(ilustrasi pixabay)
Saat
Harus Memutuskan Patuh atau Resign
Merasa laku banyak tawaran kerja
disana sini, aku merasa selalu berada di atas angin. Usai jeda, berlanjut
menuju petualangan berikutnya.
Namun suatu hari, aku terjepit dalam
situasi pelik. Aku terdampar di sebuah hotel di pulau sebrang. Yakinkah kudapat
melaluinya?
Berawal dari proses pertemanan
sesama bos, aku dilamar dalam sehari setelah pengiriman CV. Kusyukuri, dimanapun berlabuh adalah hadiah,
pikirku.
Kota ini sepi. Kemanapun pergi sejauh
mata memandang. Jangan bandingkan dengan
Ibukota Jakarta, terlalu jauh. Memimpikannyapun tidak pernah dalam benak.
Bagiku, inilah kota terkecil yang
pernah kusinggah. Baiklah, untuk sementara hal ini tidak menjadi masalah besar bagiku.
Hotel kelas top ini memang berada
di tengah kota. Menjadi incaran para langganan dan tamu-tamu dari berbagai
kota.
Baru saja menginjak hari ke-10,
sekonyong-konyong sesuatu terjadi!
Begini kisahnya.
Langit biru cerah, panas terik.
Mesin pendingin ruangan memenuhi seluruh kantor di hotel itu.
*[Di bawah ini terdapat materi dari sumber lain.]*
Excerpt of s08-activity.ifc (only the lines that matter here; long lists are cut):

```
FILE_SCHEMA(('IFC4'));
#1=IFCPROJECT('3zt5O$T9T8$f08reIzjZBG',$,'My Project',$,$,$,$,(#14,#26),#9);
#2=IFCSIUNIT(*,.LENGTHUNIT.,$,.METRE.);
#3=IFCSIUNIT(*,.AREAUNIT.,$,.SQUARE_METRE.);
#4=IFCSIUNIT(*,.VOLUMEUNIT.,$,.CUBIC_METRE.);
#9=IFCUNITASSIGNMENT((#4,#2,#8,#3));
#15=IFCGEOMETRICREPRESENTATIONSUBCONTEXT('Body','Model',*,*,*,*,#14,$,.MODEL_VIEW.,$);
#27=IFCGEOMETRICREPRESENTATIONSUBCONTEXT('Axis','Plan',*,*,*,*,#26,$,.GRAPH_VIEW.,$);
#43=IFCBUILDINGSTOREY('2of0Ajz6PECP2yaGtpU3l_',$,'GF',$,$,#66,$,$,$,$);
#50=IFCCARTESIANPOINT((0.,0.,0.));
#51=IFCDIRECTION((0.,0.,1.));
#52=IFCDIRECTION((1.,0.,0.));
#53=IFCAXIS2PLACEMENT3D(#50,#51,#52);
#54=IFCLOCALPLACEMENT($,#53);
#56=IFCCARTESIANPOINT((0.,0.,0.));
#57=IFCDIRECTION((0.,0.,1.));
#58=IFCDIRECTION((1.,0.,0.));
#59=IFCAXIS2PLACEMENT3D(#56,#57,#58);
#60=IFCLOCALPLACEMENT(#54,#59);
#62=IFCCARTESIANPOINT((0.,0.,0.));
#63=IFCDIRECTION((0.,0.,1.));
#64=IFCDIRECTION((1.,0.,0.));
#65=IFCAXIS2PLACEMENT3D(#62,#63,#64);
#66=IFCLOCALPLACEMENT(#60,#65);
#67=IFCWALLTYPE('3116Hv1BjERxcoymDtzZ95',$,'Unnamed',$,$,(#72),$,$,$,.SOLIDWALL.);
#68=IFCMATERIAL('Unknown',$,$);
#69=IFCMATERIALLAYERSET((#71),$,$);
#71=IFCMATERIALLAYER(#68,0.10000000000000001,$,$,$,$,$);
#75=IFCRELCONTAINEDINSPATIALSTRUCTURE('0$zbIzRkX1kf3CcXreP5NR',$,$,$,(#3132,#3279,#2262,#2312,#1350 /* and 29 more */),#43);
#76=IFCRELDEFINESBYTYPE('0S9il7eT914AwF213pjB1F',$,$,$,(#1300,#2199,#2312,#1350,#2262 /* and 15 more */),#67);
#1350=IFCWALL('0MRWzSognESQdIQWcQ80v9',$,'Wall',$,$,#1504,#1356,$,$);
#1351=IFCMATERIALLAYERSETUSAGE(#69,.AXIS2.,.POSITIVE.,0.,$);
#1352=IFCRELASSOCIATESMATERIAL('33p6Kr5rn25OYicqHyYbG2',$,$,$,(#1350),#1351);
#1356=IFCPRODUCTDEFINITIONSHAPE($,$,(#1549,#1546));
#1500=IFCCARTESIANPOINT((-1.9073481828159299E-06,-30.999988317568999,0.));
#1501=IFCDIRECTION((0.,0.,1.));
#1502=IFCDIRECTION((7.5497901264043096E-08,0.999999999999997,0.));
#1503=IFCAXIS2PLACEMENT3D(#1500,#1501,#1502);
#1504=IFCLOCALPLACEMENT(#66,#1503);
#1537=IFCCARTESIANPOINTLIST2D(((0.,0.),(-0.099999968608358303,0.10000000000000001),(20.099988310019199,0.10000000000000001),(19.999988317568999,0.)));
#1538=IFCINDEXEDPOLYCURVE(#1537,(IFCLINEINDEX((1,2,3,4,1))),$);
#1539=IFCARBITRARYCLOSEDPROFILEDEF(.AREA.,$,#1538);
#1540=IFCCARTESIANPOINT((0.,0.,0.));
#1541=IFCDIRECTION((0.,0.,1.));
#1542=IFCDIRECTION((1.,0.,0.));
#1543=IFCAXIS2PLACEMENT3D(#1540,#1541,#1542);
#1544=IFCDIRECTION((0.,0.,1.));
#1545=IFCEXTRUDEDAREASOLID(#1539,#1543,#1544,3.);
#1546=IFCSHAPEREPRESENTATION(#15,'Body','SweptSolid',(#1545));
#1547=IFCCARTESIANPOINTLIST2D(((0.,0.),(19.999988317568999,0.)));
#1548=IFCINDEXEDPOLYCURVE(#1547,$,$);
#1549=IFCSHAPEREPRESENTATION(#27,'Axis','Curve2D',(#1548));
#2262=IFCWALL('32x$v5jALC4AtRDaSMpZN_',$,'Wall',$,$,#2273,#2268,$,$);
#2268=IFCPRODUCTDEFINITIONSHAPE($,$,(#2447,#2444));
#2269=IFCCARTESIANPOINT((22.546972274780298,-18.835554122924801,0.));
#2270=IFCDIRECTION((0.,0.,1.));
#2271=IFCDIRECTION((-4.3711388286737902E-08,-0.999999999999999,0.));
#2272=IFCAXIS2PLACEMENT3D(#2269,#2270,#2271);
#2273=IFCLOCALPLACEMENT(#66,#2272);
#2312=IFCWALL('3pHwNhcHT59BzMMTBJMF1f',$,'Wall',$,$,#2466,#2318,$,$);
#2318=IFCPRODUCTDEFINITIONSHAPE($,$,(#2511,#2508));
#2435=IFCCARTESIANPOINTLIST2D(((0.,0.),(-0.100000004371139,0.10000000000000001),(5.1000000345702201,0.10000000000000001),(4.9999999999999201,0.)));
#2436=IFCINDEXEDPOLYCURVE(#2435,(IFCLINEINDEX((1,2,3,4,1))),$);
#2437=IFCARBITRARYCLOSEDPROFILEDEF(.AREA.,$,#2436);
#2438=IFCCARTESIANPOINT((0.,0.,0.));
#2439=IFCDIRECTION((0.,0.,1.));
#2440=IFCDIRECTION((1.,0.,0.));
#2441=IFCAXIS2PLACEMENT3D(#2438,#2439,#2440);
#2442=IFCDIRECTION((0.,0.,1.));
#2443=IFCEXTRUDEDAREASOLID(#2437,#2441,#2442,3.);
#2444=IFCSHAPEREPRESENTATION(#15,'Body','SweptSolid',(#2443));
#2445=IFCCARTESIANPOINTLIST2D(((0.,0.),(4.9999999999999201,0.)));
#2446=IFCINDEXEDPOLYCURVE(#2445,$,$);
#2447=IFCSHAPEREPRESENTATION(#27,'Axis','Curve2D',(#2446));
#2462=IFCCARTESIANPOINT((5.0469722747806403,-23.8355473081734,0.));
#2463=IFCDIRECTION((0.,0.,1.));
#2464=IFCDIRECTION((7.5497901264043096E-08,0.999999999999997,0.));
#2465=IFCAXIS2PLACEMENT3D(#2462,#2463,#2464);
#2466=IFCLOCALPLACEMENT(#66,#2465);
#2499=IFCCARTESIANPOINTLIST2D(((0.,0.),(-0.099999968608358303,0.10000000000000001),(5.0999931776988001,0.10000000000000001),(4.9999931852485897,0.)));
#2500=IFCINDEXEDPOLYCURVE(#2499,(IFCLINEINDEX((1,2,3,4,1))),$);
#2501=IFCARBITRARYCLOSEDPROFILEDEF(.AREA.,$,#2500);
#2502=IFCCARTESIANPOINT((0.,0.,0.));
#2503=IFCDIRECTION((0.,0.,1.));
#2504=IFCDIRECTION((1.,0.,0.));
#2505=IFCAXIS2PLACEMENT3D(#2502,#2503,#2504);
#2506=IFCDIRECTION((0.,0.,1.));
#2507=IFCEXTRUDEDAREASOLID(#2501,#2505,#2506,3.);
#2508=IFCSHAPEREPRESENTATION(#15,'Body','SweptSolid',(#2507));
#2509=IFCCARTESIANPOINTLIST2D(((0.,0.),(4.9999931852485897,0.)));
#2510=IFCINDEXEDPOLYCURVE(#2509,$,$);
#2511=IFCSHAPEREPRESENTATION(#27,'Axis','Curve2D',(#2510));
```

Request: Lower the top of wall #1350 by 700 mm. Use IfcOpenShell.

```python
import ifcopenshell
import ifcopenshell.geom
import ifcopenshell.util.representation
import ifcopenshell.util.shape
import ifcopenshell.util.unit

model = ifcopenshell.open("s08-activity.ifc")
unit_scale = ifcopenshell.util.unit.calculate_unit_scale(model)
settings = ifcopenshell.geom.settings()


def volume(element):
    """Net volume in cubic metres, openings subtracted."""
    shape = ifcopenshell.geom.create_shape(settings, element)
    return ifcopenshell.util.shape.get_volume(shape.geometry)


wall = model.by_guid("0MRWzSognESQdIQWcQ80v9")
before = volume(wall)

body = ifcopenshell.util.representation.get_representation(wall, "Model", "Body")
solid = body.Items[0]
old_height = solid.Depth
solid.Depth -= 0.7 / unit_scale
after = volume(wall)

print(f"height {old_height:g} -> {solid.Depth:g}, volume {before:.3f} -> {after:.3f} m3")

model.write("s08-activity_rev.ifc")
```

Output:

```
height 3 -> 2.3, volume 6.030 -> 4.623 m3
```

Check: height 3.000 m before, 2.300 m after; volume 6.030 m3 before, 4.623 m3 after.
Keadaan aman dan
tenang, mendadak guncang. Dalam hitungan jam, suasana terbalik.
Langit tak lagi biru.
Suatu hari bos memanggil, kita
akan menyambut sang putra mahkota dari negri entah berantah. Kita bersiap-siap,
begitu ujarnya lagi.
Dua hari kemudian, sang putra
tiba di kota. Sambutan hangat menyapa, seluruh karyawan bebenah.
Ada kejutan!
Tiada angin, tiada hujan, ia
muncul di ruangan dengan kata-kata lembut, menusuk jantung. Bagai ditusuk
sembilu.
Dengan raut muka serius, ia
mengingatkanku pada bintang film kungfu Jackie Chan selagi muda.
Esoknya, aku berusaha tabah. Pikirku
‘kemarin hanyalah peristiwa yang tidak disengaja. Hari-hari selanjutnya keadaan
semakin buruk. Aku terhimpit antara membela bos dan dirinya.
Topik pembicaraan sewaktu makan
siang adalah perangainya yang kasar, tidak berempati, bertabiat buruk. Kesenangannya
memicu amarah tanpa alasan jelas. Membabi buta kesana kemari.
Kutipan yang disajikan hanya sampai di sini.